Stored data

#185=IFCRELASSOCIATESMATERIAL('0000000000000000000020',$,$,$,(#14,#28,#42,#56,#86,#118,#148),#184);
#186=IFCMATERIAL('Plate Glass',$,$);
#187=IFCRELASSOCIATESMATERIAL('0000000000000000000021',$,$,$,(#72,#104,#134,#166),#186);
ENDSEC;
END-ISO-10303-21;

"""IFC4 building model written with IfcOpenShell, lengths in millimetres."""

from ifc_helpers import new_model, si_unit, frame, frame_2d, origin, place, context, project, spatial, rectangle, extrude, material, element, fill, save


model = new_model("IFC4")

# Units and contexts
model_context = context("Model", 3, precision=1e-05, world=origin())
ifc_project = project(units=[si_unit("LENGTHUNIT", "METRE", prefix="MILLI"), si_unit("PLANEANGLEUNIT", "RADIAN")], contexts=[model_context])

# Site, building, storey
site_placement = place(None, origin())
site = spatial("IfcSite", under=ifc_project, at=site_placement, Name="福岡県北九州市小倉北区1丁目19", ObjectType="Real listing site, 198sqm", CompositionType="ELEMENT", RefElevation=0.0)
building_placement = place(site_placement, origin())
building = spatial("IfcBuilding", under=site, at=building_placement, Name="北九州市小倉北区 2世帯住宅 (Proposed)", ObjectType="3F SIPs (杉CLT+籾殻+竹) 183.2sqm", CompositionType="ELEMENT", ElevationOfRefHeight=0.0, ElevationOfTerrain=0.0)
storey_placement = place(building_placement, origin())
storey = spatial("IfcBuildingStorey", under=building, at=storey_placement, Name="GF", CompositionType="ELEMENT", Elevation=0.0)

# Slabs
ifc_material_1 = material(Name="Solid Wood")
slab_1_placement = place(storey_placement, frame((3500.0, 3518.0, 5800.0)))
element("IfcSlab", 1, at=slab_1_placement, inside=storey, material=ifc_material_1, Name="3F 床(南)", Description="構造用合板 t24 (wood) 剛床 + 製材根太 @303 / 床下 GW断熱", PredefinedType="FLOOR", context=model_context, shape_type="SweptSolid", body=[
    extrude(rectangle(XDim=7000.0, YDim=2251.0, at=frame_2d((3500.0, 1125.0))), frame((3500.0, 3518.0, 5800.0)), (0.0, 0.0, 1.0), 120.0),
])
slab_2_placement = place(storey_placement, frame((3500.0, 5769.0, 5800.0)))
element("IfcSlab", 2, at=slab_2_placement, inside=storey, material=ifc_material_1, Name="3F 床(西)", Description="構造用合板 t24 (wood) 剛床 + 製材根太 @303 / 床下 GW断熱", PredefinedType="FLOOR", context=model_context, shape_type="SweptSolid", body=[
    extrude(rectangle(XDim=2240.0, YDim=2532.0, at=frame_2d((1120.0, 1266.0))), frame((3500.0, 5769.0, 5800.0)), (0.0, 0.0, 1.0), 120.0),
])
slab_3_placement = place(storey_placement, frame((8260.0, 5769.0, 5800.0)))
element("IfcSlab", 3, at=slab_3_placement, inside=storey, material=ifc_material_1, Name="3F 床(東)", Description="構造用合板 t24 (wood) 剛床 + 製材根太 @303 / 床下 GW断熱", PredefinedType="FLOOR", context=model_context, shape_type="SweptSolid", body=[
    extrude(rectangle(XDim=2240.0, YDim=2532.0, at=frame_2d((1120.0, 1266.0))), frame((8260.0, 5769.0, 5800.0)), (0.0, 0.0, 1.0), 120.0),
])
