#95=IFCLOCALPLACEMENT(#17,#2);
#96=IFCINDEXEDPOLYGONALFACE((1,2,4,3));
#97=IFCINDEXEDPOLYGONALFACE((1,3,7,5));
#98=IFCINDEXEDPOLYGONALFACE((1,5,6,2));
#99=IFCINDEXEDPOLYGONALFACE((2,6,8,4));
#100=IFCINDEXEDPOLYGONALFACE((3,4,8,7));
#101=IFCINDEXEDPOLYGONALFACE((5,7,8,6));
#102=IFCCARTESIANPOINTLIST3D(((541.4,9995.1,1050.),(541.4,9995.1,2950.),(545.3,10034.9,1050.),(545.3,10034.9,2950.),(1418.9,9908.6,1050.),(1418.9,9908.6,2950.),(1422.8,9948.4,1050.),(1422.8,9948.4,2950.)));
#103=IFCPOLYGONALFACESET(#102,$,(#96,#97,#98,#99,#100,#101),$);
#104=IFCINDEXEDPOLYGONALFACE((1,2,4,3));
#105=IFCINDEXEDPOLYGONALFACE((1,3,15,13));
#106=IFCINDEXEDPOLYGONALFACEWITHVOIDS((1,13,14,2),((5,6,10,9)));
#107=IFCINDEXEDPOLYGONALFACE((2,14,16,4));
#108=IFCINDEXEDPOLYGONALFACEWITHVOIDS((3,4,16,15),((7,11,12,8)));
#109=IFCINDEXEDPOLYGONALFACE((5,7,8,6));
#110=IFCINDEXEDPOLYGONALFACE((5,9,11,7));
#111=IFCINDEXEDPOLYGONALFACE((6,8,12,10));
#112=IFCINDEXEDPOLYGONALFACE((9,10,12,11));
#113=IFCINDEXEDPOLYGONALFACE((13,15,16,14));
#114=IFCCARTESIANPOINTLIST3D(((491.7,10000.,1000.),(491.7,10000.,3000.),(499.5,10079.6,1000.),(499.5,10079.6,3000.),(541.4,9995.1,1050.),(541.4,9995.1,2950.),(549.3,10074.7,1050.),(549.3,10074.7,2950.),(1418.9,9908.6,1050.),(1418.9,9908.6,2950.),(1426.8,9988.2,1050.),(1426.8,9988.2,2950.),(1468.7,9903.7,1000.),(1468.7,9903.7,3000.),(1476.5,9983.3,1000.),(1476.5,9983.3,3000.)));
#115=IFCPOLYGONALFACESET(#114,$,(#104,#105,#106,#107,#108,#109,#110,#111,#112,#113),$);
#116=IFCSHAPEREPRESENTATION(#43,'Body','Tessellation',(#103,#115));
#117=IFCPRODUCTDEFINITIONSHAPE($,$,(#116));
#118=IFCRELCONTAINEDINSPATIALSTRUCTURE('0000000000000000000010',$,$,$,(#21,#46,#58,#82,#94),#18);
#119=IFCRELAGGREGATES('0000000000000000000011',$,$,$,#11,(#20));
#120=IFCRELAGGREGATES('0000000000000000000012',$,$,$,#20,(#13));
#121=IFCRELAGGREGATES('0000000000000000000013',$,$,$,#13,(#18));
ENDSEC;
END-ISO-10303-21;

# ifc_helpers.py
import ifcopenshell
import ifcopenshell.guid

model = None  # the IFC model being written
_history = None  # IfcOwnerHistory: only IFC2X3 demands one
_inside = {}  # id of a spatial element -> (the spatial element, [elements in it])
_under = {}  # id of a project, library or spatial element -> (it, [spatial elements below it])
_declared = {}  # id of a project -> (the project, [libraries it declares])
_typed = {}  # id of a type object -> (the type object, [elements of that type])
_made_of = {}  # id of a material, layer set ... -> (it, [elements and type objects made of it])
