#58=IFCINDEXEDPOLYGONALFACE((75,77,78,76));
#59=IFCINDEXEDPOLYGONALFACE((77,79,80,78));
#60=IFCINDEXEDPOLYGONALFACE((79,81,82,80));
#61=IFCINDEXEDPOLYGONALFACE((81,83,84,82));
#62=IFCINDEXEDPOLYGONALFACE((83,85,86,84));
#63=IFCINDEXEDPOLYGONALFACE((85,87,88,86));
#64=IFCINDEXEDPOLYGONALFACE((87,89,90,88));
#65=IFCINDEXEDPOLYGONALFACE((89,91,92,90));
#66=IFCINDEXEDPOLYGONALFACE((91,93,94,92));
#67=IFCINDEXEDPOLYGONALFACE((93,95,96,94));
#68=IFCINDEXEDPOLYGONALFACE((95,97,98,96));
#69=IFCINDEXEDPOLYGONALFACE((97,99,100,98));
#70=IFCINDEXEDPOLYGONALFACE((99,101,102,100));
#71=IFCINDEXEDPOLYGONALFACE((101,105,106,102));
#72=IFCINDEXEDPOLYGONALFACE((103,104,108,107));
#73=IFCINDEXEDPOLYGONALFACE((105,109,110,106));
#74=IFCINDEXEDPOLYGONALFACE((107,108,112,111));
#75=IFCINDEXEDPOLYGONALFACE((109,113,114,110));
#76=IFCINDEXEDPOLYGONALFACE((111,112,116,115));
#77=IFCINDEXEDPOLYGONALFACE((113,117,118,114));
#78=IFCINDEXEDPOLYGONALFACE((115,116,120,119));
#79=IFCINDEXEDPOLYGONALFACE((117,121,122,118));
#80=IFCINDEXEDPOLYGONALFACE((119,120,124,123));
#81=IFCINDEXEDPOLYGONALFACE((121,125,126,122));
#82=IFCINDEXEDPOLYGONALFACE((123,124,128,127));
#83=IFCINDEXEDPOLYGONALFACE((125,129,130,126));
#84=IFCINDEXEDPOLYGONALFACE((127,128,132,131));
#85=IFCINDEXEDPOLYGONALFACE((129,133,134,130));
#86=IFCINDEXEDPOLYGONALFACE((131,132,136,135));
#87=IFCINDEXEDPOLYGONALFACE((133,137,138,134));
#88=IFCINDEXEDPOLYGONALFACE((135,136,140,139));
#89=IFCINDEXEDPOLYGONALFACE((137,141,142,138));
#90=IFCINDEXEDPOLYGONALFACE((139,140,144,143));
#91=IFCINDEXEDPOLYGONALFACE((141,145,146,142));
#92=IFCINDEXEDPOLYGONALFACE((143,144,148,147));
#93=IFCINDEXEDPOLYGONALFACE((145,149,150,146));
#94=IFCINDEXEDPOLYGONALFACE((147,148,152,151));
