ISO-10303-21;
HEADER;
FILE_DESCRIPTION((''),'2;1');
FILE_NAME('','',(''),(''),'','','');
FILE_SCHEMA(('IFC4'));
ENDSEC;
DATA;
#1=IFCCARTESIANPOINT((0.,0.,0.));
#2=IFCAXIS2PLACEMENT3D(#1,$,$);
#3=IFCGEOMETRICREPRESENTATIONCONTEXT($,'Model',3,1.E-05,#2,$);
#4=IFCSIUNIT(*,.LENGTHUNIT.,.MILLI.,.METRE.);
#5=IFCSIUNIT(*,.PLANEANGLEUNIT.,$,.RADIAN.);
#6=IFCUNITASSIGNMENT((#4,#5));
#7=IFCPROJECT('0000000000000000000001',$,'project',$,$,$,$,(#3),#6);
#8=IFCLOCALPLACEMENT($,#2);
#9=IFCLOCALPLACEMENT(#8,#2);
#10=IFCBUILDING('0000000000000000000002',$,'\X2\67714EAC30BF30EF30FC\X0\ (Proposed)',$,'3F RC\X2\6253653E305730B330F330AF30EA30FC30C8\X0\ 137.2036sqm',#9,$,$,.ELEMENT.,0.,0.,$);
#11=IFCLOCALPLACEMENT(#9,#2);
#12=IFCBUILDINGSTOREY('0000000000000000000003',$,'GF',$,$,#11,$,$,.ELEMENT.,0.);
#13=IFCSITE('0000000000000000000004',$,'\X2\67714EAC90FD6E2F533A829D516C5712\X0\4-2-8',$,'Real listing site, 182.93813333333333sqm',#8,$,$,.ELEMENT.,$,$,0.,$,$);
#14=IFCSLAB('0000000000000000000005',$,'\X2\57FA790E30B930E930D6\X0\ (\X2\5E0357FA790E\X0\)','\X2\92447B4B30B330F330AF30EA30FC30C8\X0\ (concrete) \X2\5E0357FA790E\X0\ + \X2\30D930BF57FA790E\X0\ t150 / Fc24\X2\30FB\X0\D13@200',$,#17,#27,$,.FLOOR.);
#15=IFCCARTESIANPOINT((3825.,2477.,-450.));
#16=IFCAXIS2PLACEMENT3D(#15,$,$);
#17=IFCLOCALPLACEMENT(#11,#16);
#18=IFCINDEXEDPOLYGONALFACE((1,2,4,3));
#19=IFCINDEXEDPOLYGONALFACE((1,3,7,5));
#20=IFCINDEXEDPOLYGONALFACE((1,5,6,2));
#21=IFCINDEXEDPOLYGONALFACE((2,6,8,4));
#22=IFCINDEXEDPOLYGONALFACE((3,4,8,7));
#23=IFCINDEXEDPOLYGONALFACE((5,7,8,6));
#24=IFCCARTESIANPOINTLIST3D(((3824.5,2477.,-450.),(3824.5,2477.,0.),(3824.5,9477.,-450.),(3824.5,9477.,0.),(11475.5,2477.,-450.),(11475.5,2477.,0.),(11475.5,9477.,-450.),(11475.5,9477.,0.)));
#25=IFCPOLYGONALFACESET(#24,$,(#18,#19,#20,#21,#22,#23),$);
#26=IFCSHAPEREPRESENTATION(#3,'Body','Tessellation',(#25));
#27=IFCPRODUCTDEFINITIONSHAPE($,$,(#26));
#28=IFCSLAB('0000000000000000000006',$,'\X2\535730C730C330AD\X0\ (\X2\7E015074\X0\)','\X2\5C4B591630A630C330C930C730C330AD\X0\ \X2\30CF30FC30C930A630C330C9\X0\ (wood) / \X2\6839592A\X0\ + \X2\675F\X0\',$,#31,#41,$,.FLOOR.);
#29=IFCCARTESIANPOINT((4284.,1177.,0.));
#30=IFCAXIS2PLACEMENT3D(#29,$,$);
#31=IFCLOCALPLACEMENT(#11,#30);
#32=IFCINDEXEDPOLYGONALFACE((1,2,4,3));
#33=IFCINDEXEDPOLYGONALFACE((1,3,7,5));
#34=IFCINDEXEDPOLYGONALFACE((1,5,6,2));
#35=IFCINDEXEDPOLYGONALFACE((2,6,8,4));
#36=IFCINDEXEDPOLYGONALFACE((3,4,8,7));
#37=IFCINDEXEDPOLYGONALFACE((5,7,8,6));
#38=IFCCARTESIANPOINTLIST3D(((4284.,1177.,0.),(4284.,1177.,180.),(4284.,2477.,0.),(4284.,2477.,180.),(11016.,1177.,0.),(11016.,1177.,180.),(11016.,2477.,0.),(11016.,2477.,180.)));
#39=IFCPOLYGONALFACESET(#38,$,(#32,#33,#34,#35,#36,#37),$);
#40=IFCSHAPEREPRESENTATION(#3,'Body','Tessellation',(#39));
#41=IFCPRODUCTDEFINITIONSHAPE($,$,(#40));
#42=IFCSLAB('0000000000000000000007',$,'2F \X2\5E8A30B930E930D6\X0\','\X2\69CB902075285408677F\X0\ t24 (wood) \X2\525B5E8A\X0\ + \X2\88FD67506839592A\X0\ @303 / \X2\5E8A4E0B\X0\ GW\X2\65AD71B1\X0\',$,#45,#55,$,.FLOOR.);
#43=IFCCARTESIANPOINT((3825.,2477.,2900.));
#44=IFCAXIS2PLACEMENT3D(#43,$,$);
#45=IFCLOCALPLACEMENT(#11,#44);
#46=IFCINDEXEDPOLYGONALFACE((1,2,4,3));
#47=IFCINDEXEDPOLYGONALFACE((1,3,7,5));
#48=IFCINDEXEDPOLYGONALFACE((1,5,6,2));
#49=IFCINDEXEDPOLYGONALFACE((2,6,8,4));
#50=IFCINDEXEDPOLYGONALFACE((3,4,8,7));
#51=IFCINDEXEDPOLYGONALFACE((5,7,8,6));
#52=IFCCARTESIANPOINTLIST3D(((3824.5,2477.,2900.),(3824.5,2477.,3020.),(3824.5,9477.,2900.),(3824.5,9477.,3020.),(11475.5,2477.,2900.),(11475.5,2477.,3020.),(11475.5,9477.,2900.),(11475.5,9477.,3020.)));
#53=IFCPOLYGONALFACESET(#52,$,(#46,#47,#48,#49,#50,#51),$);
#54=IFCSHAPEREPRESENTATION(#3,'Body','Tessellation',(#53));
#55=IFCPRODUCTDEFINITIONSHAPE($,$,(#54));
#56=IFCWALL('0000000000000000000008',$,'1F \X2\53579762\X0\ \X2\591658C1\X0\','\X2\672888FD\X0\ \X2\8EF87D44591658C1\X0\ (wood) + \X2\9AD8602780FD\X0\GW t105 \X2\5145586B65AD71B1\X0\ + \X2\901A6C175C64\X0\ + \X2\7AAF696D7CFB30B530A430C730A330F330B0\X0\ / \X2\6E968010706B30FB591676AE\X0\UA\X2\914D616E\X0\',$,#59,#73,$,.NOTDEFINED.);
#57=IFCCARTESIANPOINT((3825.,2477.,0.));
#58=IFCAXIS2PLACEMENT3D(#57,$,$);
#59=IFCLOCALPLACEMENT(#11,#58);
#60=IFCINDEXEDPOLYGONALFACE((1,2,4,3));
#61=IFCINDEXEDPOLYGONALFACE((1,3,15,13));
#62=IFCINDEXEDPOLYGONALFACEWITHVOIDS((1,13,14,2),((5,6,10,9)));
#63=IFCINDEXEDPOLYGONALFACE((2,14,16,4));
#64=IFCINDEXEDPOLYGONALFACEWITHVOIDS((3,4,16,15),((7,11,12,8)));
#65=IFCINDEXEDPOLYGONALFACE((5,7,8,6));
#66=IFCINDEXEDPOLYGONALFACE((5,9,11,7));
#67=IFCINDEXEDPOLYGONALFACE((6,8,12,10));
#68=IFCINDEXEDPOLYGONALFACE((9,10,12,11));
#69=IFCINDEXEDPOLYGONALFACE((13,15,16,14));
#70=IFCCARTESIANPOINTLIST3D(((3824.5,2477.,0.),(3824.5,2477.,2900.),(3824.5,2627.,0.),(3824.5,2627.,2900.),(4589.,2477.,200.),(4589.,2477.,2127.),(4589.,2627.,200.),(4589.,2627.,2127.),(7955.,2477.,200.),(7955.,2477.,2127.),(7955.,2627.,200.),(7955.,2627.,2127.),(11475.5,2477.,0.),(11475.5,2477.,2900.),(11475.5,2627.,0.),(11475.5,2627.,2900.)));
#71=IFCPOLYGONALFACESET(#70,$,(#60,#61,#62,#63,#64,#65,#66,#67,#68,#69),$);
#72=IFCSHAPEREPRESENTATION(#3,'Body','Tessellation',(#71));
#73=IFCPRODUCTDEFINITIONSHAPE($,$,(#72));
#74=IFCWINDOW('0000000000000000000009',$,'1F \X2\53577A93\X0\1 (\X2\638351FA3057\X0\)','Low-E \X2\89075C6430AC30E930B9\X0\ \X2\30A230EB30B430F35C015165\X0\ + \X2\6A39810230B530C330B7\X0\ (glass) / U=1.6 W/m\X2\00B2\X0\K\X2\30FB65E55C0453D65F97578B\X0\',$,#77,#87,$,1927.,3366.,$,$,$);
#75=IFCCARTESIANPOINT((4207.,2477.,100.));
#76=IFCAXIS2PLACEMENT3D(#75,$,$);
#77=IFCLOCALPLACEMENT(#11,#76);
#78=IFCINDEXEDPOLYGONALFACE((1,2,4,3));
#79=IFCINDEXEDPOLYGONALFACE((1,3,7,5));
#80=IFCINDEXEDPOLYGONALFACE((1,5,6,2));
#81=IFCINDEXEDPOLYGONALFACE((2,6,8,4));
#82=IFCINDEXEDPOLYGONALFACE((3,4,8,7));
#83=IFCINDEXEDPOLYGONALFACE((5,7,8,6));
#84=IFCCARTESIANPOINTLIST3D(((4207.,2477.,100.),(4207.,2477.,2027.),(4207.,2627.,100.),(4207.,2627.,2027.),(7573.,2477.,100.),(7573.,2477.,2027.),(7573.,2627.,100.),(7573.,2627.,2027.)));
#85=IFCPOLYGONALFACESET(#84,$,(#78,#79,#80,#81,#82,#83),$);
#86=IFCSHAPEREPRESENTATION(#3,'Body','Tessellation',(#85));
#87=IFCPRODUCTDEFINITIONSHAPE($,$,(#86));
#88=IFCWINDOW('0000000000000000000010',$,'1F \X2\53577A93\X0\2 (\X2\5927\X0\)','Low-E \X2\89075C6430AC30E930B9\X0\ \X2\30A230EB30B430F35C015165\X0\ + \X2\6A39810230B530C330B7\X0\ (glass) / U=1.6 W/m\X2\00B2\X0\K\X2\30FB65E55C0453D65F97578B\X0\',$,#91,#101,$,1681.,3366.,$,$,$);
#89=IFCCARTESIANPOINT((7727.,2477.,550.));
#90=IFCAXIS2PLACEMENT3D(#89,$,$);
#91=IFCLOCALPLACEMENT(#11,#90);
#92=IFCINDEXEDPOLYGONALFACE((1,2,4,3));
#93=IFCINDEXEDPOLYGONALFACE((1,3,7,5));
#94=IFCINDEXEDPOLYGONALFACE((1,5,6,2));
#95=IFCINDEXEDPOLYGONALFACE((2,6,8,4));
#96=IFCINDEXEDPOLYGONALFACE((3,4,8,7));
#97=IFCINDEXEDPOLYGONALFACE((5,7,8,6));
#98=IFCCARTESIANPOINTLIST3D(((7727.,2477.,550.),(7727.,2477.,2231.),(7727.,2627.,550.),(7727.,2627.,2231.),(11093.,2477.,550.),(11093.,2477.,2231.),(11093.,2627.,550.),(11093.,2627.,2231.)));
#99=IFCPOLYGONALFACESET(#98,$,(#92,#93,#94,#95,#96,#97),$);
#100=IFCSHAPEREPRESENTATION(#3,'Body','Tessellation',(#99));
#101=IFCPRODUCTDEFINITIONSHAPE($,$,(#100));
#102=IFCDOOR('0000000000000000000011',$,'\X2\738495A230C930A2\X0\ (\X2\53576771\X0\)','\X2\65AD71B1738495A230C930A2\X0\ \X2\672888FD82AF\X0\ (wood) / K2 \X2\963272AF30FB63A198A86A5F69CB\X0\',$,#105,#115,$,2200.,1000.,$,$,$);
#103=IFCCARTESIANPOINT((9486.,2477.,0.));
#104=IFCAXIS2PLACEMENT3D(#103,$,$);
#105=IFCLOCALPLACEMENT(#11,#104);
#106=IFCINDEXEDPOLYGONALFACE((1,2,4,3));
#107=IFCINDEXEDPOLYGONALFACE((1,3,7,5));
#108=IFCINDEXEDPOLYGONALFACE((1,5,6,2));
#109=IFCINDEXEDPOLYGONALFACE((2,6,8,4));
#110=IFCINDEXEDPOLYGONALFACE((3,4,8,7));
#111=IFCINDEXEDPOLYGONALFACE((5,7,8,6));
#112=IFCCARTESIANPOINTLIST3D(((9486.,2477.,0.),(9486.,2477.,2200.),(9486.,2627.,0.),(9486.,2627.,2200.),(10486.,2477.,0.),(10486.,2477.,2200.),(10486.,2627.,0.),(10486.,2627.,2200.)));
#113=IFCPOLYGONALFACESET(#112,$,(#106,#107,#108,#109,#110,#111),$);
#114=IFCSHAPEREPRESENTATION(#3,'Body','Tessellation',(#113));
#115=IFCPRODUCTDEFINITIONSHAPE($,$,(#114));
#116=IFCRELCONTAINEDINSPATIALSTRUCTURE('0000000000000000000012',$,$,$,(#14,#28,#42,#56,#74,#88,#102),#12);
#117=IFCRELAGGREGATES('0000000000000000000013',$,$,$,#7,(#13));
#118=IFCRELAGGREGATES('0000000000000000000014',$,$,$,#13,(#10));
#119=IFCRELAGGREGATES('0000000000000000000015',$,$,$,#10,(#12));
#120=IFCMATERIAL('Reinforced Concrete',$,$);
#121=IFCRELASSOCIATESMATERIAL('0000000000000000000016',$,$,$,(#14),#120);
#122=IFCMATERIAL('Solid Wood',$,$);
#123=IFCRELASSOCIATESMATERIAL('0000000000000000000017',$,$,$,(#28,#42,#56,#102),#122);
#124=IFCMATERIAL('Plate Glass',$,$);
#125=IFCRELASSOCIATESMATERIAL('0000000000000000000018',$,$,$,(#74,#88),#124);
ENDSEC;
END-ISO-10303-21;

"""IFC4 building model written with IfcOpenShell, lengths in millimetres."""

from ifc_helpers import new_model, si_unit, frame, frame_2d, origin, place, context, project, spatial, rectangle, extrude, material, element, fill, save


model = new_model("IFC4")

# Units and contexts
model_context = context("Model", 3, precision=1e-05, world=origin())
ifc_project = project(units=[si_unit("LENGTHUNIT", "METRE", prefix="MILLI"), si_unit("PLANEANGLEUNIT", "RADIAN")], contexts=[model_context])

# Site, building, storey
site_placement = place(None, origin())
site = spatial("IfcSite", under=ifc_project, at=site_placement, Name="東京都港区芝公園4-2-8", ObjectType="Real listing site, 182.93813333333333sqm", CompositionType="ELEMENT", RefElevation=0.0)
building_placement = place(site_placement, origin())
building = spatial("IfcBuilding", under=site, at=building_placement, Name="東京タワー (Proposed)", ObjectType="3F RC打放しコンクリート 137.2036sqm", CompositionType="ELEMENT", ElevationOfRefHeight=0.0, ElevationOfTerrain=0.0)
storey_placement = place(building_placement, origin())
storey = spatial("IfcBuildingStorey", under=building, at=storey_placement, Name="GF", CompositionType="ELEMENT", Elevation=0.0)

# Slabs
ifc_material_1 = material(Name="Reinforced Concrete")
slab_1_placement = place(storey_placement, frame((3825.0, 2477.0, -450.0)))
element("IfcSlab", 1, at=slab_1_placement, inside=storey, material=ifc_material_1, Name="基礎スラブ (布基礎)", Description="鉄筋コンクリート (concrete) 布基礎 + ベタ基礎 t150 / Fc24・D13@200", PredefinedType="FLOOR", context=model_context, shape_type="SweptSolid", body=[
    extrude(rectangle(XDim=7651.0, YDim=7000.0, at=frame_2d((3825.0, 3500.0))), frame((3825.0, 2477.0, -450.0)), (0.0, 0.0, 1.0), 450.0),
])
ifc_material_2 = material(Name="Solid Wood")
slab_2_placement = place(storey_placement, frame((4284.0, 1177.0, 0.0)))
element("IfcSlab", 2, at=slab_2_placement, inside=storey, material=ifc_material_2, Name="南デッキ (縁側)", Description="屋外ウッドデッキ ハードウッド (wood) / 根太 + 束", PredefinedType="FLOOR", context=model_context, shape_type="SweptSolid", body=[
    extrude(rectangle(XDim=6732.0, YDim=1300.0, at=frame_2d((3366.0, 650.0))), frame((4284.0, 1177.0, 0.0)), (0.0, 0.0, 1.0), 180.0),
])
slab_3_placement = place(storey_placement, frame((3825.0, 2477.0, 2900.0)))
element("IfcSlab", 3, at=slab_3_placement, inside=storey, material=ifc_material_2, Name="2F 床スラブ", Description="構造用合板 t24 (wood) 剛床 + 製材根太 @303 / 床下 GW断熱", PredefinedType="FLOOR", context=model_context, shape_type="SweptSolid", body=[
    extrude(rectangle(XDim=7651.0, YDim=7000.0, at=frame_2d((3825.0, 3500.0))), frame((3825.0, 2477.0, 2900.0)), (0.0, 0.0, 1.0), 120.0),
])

* **WHAT IS NEEDED**: From the records above, copy each line in which the string "Plate" occurs.

* **YOUR SOLUTION**:
#186=IFCMATERIAL('Plate Glass',$,$);
#124=IFCMATERIAL('Plate Glass',$,$);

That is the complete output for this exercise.